# Advice plz



## arthurrhodes (Nov 3, 2011)

Me and my wife have been together for 7 years. I caught her a week ago cheating for the second time in 9 months and the 3rd time that ive caught her in our 7 year relationship. I know i have made grave mistakes and found this site too late. In reading i have found alot that relates to my situation and also things that i have done wrong trying to "make things right". The thing i dont understand is that her affairs are not emotional at all. Like i said ive made many mistakes and her messing around goes deeper undercover each time. This time there was never one phone call or txt. She used only facebook messaging and i only found out because i had "that feeling" and her facebook is linked to her phone. Her affairs are purely sexual. No face to face talk, only facebook messages setting everything up. She is very remorseless it seems to me but we go to counseling tomorrow. Ive read that could be a bad idea. I also made the mistake of contacting the OM. Now both his and his wifes facebook accts are deleted. I also made the mistake and am apparently a habitual rug sweeper. And thru reading have realized that she is likely an abuser and may never stop. I do know that the affair has stopped but since all this is sexual for her im sure it will be easy to just move on to the next man. Is there anything to do to improve my position at this point???


----------



## arthurrhodes (Nov 3, 2011)

i can also fill in any blanks if anyone needs more info to understand my situation


----------



## bryanp (Aug 25, 2011)

She has sexually cheated on you twice again in the last 9 months with different men and put your health at risk for STD's. If the roles were reversed do you think she would be so accepting of such disrespect and humiliation from you? 

She cheats on you because she knows that there are no consequences to her actions. No consequences to her actions equals no motivation to change. All she has to do is cry a little and ask for another chance and you cave it.

Are you going to wait until she gives you an STD? Have the both of you been checked for STD's? If she knew that if had cheated once it would have a resulted in an automatic divorce, do you think she would have done this? The actions of your wife clearly indicates that not only does she not care if she puts you at risk for STD's but she clearly has no respect for you or your marriage. If you act like a doormat you will be treated like a doormat. If you do not respect yourself then who will? See a lawyer and move on with your life before she destroys you emotionally and physically. Why do you feel you deserve such humiliation and disrespect in your life?


----------



## arthurrhodes (Nov 3, 2011)

i really wish i knew why i cant let go. I cannot stop making excuses on why i cant just leave. But my question was since i have decided to try to work it out and have already started moving R forward in the wrong way is there a way i can backtrack without destroying everything. Im sorry if i dont make sense right now. So depressed etc,


----------



## HerToo (Oct 3, 2011)

You can't let go because you are thinking with your heart, and not your head.


----------



## arthurrhodes (Nov 3, 2011)

I know. All i think about is the kids and the house and that im the money provider. Everything is in her name so i dont want the house etc.. We have one child age 4 and she has 2 daughters from previous marriage that i have raised their entire lives. I know i shouldnt let these things affect my decisions but there is no way she can provide for my children. I know its just the "fog" ive read so much about and one day all will be clear. If i dont go crazy first


----------



## HerToo (Oct 3, 2011)

Wait and she what you learn in counseling tomorrow. I personally don't think you made a mistake in contacting the OM as long as his wife found out from the contact as well. 

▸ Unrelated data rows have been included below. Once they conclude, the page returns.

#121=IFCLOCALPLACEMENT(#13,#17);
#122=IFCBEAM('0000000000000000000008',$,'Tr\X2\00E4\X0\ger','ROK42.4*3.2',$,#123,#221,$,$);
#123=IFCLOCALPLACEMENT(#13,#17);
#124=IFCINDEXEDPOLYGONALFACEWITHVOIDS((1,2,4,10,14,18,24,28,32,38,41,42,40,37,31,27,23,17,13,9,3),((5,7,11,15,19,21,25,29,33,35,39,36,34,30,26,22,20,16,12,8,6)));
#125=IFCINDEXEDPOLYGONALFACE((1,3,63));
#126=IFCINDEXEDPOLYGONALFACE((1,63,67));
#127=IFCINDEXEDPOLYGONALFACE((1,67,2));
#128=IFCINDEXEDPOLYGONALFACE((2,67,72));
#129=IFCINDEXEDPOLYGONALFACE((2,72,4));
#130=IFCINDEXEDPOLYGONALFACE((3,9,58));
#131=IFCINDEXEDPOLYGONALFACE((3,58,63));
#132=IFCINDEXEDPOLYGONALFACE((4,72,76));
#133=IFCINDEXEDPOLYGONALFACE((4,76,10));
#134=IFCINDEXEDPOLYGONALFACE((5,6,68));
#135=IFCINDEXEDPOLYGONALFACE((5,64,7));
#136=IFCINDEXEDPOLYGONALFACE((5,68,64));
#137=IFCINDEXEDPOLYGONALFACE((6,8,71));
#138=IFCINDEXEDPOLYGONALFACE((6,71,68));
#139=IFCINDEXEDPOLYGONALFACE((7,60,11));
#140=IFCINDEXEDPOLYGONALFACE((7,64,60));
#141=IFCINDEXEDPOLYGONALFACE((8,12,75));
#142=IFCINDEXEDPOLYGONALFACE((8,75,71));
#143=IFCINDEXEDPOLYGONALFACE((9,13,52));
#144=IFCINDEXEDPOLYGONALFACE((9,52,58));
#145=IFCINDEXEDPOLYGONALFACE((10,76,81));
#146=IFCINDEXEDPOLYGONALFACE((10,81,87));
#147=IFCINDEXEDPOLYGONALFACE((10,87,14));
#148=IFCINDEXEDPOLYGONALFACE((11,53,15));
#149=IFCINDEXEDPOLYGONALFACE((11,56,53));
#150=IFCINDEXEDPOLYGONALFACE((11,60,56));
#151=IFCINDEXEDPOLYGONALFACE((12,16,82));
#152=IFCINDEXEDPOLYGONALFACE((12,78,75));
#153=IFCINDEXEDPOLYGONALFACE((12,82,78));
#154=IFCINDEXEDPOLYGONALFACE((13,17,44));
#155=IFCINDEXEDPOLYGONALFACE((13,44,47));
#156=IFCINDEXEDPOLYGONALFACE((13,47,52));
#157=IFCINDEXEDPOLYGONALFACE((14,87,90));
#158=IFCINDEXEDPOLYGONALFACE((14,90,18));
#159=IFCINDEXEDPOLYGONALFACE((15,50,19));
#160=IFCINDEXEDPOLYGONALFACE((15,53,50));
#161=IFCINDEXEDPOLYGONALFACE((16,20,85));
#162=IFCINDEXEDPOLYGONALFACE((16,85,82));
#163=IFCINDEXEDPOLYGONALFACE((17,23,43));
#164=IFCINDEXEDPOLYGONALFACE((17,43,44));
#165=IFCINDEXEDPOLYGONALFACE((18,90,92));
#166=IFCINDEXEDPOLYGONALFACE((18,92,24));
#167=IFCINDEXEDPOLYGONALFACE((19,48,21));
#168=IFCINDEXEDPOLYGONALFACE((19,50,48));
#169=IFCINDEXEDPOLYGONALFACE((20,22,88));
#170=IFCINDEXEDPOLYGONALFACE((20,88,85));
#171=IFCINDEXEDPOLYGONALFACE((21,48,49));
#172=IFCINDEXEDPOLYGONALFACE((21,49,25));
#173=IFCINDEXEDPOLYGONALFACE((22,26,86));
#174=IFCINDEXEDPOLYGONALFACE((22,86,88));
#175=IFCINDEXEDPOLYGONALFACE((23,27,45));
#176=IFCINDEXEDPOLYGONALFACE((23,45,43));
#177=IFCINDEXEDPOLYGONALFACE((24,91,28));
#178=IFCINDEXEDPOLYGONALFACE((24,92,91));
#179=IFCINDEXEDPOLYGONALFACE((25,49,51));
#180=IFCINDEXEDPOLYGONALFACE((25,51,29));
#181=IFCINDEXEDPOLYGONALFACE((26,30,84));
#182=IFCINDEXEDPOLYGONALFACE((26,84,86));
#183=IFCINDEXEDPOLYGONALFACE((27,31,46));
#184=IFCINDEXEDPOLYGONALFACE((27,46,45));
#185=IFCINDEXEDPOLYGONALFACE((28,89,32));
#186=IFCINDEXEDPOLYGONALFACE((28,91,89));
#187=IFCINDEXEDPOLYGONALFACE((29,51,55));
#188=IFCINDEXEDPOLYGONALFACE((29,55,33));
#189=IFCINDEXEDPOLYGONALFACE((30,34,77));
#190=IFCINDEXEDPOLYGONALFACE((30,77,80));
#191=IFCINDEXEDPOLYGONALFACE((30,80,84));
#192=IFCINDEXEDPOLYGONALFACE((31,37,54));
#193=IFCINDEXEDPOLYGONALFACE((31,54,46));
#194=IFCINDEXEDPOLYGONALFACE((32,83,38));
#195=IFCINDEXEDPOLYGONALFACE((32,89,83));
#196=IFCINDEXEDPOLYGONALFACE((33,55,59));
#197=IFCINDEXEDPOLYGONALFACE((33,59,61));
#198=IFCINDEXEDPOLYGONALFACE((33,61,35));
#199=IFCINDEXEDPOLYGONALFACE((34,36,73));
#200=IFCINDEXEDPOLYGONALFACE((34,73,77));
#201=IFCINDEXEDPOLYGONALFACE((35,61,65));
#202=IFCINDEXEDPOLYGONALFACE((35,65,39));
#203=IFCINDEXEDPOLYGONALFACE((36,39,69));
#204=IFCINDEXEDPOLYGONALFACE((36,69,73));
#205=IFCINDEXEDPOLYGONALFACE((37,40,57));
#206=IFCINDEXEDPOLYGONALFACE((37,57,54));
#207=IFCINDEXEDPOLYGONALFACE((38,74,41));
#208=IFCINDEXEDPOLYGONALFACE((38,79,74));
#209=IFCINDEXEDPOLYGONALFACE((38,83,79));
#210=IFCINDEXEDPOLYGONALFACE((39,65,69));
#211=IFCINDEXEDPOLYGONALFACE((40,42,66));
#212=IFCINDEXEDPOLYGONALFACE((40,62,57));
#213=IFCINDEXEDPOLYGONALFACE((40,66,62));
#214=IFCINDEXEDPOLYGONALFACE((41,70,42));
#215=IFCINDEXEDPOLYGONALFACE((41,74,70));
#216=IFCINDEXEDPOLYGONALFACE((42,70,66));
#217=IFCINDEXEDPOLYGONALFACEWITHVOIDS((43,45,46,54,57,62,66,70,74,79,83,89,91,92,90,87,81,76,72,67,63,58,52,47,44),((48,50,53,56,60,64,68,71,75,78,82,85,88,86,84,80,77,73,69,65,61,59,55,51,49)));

Do the things bryanp suggested. Start posturing yourself for the worst case. 

Trying to save a marriage like this will mean that you have to live with the "Is she cheating on me again" thought for the term of your marriage. This decision requires thinking exclusively with you head.


----------



## MAKINGSENSEOFIT (Oct 24, 2011)

In my mind there's cheating and there's serial cheating. If this is the third time and she seems to care less then there's not much anyone can advise you to do except the obvious. It's time to get divorce papers in her hands. As for this other person I would still blow up and expose this affair to everyone. Most importantly you need to contact this other man's wife. Then expose to your family, her family, and both your friends. Blowing this thing up and getting divorce papers in her hands will get her thinking clearly pretty darn quick.


----------



## arthurrhodes (Nov 3, 2011)

MAKINGSENSEOFIT said:


> In my mind there's cheating and there's serial cheating. If this is the third time and she seems to care less then there's not much anyone can advise you to do except the obvious. It's time to get divorce papers in her hands. As for this other person I would still blow up and expose this affair to everyone. Most importantly you need to contact this other man's wife. Then expose to your family, her family, and both your friends. Blowing this thing up and getting divorce papers in her hands will get her thinking clearly pretty darn quick.

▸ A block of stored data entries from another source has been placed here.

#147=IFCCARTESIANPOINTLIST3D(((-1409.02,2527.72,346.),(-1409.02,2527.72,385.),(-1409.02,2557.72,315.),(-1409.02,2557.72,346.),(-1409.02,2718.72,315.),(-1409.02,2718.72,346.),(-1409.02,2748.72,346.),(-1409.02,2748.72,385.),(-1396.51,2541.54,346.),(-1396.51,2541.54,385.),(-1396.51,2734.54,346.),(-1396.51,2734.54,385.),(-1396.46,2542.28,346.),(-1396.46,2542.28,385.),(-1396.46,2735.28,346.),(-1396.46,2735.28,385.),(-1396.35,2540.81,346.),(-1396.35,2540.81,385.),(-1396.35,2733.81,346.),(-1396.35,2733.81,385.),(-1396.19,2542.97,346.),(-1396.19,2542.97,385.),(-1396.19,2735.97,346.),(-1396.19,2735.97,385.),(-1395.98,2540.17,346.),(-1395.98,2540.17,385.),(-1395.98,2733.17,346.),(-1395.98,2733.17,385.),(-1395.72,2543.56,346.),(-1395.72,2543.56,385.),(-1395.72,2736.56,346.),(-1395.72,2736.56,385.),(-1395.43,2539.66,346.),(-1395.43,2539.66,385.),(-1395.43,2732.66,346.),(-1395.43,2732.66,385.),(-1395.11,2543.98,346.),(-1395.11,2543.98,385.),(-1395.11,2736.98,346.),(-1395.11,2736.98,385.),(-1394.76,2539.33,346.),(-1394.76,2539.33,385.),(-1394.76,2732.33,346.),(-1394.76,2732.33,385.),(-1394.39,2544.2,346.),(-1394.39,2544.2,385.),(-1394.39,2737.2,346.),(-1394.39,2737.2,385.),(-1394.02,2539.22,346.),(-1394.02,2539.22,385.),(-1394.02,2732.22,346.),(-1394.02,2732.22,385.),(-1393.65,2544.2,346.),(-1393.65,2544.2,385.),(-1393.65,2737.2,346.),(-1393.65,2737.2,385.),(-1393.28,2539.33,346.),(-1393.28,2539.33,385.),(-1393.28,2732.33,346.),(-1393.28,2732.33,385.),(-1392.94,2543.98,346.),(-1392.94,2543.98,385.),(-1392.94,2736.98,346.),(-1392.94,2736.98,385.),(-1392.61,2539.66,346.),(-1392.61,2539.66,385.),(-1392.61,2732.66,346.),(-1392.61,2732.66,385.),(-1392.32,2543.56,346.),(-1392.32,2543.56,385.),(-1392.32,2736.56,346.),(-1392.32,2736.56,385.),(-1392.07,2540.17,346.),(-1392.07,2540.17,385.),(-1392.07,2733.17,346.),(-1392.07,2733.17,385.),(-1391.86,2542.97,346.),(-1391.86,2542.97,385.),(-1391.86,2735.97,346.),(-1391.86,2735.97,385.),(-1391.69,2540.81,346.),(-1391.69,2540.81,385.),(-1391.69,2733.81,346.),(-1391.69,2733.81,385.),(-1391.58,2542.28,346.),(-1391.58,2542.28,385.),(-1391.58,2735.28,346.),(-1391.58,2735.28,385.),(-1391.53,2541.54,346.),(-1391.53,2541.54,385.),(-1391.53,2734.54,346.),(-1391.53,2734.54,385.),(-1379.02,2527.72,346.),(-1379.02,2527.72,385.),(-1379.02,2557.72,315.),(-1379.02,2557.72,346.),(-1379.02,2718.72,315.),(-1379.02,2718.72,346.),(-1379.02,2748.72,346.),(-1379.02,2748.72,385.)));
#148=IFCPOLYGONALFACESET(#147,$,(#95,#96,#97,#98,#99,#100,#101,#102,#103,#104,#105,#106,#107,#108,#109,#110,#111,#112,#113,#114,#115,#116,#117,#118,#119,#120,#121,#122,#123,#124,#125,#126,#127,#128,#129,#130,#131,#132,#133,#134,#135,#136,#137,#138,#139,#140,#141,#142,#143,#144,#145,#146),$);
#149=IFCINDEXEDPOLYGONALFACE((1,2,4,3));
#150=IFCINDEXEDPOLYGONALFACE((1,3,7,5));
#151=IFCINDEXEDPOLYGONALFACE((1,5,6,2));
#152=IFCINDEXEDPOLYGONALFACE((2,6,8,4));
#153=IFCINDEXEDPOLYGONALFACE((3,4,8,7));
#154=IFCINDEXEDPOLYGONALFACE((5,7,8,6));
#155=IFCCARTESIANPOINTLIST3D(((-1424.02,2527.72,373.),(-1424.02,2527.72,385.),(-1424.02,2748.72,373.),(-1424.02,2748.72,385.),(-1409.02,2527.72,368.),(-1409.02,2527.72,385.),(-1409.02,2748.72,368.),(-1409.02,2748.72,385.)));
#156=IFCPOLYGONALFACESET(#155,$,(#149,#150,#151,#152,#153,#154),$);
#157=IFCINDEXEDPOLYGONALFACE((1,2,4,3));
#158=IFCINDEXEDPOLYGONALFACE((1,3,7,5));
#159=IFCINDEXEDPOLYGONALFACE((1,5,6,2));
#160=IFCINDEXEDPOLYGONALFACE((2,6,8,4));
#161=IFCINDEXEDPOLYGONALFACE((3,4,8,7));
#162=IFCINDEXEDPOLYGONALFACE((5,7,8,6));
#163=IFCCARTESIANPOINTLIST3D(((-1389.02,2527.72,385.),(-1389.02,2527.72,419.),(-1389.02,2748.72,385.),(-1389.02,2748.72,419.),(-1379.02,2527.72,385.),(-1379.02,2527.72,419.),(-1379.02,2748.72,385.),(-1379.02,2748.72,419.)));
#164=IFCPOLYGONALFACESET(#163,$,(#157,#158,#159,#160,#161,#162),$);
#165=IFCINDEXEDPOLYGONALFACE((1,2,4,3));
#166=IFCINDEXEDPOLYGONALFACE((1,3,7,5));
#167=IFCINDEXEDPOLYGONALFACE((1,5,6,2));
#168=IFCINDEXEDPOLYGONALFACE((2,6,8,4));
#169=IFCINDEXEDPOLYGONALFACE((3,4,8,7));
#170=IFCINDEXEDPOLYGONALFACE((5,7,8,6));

im not sure why but i still love her and if possible want to work it out with her. so in everyones opinion there is not much chance for success? and if i do this then there is no going back correct?


----------



## MAKINGSENSEOFIT (Oct 24, 2011)

arthurrhodes said:


> im not sure why but i still love her and if possible want to work it out with her. so in everyones opinion there is not much chance for success? and if i do this then there is no going back correct?

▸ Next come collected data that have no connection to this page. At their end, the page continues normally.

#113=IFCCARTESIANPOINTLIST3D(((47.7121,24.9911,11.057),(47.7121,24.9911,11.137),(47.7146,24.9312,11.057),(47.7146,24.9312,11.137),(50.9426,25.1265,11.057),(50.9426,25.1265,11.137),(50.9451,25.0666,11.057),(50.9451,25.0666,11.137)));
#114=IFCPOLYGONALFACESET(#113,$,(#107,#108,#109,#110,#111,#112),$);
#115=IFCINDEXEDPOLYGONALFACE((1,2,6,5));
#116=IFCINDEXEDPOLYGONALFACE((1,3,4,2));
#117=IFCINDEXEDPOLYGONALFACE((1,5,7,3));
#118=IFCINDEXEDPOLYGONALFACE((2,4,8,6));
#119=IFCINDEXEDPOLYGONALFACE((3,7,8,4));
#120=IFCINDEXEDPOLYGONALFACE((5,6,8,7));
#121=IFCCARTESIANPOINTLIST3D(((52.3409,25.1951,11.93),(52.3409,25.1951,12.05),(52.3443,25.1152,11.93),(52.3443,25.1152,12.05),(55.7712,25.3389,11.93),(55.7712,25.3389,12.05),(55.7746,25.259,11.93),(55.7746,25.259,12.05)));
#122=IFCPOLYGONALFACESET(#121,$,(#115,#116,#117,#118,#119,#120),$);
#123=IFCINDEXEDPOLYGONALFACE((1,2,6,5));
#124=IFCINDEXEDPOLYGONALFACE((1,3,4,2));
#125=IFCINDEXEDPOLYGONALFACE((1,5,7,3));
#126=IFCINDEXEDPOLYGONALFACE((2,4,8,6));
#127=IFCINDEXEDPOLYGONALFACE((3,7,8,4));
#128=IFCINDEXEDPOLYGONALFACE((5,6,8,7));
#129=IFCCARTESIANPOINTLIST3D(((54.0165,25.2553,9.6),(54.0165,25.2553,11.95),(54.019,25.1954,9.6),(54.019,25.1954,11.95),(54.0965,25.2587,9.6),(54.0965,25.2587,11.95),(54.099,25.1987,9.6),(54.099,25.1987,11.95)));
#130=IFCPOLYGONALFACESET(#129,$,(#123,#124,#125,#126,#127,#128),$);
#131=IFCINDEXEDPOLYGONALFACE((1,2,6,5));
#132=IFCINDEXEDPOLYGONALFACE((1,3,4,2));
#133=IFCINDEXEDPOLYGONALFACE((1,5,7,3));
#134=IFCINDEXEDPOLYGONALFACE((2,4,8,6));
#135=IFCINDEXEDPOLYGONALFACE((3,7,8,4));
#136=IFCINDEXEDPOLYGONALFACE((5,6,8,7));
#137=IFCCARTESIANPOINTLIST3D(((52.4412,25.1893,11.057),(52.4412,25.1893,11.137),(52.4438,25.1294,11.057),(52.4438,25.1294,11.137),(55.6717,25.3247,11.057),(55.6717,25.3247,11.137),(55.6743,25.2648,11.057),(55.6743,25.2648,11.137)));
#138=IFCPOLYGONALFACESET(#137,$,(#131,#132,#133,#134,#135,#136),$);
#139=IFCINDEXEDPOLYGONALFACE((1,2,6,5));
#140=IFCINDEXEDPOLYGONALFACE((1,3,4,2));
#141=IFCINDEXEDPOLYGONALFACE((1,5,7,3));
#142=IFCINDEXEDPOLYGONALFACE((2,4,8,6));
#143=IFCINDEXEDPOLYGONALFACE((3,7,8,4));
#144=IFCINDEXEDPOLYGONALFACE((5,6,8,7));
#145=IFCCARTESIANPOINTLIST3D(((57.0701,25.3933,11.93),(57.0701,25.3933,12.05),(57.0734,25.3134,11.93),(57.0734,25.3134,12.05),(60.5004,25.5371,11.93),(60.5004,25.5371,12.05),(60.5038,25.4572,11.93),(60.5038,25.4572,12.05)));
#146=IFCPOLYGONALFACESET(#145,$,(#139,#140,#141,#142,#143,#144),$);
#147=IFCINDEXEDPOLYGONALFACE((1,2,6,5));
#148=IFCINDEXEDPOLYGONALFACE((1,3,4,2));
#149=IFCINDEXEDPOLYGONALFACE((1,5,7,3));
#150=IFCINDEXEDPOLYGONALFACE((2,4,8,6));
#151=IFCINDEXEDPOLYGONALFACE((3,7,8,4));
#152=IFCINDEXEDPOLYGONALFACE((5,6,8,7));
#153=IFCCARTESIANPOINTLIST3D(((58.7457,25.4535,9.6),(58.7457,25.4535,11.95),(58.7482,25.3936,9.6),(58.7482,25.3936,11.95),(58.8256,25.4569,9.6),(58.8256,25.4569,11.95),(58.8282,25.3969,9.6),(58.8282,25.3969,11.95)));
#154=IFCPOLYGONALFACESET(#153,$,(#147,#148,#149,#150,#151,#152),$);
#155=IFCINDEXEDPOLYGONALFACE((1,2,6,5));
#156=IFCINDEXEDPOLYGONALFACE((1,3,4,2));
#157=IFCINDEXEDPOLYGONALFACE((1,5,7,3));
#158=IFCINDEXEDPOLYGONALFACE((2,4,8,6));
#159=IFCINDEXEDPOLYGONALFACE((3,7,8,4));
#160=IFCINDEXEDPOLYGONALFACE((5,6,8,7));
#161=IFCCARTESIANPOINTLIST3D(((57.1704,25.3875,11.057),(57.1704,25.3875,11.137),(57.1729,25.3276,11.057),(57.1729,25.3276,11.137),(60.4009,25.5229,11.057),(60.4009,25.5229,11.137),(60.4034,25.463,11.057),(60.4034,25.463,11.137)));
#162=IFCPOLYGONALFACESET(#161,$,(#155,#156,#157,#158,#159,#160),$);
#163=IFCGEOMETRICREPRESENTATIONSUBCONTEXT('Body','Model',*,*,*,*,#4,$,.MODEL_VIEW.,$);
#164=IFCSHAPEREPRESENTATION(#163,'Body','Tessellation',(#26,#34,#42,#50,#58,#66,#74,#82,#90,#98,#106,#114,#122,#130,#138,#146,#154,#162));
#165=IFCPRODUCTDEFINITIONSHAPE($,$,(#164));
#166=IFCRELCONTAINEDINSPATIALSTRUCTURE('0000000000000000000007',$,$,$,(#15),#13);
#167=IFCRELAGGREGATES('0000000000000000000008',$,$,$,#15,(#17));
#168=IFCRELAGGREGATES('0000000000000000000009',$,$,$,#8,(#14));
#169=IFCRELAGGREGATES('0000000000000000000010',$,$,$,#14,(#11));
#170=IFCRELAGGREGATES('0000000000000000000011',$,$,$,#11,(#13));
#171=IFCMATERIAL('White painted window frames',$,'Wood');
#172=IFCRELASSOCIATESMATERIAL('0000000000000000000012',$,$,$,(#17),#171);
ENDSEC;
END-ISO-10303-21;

I have to be 100% honest with you. In this case I don't see any hope at all. This is the third time she has done this and she doesn't care. She clearly doesn't have feelings for you and doesn't see the consequences of her behavior. Fool me once shame on you. Fool me twice shame on me. Fool me a third time? I think there's a reason that saying stops at twice. You need to start worrying about yourself and your children and staying married to someone like this is not in your best interest or the best interest of the children.


----------



## HerToo (Oct 3, 2011)

Our opinions are just those, opinions. You are living it, not us. You decide what you are going to do. There are many different tactics to try. You decide what works best for your situation.


----------



## Entropy3000 (May 11, 2011)

Start working on you. Let her go. You will have to go through withdrawal. That takes you moving on with your new life.

She is a serial cheater.


----------



## arthurrhodes (Nov 3, 2011)

Ugh! This is so hard.
_Posted via Mobile Device_


----------



## MAKINGSENSEOFIT (Oct 24, 2011)

arthurrhodes said:


> Ugh! This is so hard.
> _Posted via Mobile Device_


Yes, it's very hard and believe me we all feel for you. Take care of yourself and your kids. You deserve better.


----------



## Geoffrey Marsh (Aug 11, 2011)

MAKINGSENSEOFIT said:


> I have to be 100% honest with you. In this case I don't see any hope at all. This is the third time she has done this and she doesn't care. She clearly doesn't have feelings for you and doesn't see the consequences of her behavior. Fool me once shame on you. Fool me twice shame on me. Fool me a third time? I think there's a reason that saying stops at twice. You need to start worrying about yourself and your children and staying married to someone like this is not in your best interest or the best interest of the children.


:iagree::iagree::iagree:


----------



## sadcalifornian (Sep 18, 2011)

She is a serial cheater, and she seems to be SA(Sexual Addict). I don't see how you can have a decent M with this woman. Stop being so forgiving. Draw a hard line and give her an ultimatum. Man up!!!


----------



## bryanp (Aug 25, 2011)

O.K.. Don't do anything and just wait until she gives you of the many STD's that are floating around. It will change your life and your children's life forever.


----------



## Dadof3 (Mar 14, 2011)

Divorce all the way, baby!

Unless you are ok with the cuckold lifestyle, you really need to drop her like a dead flea on a flea collar.


----------



## Shaggy (Jul 17, 2011)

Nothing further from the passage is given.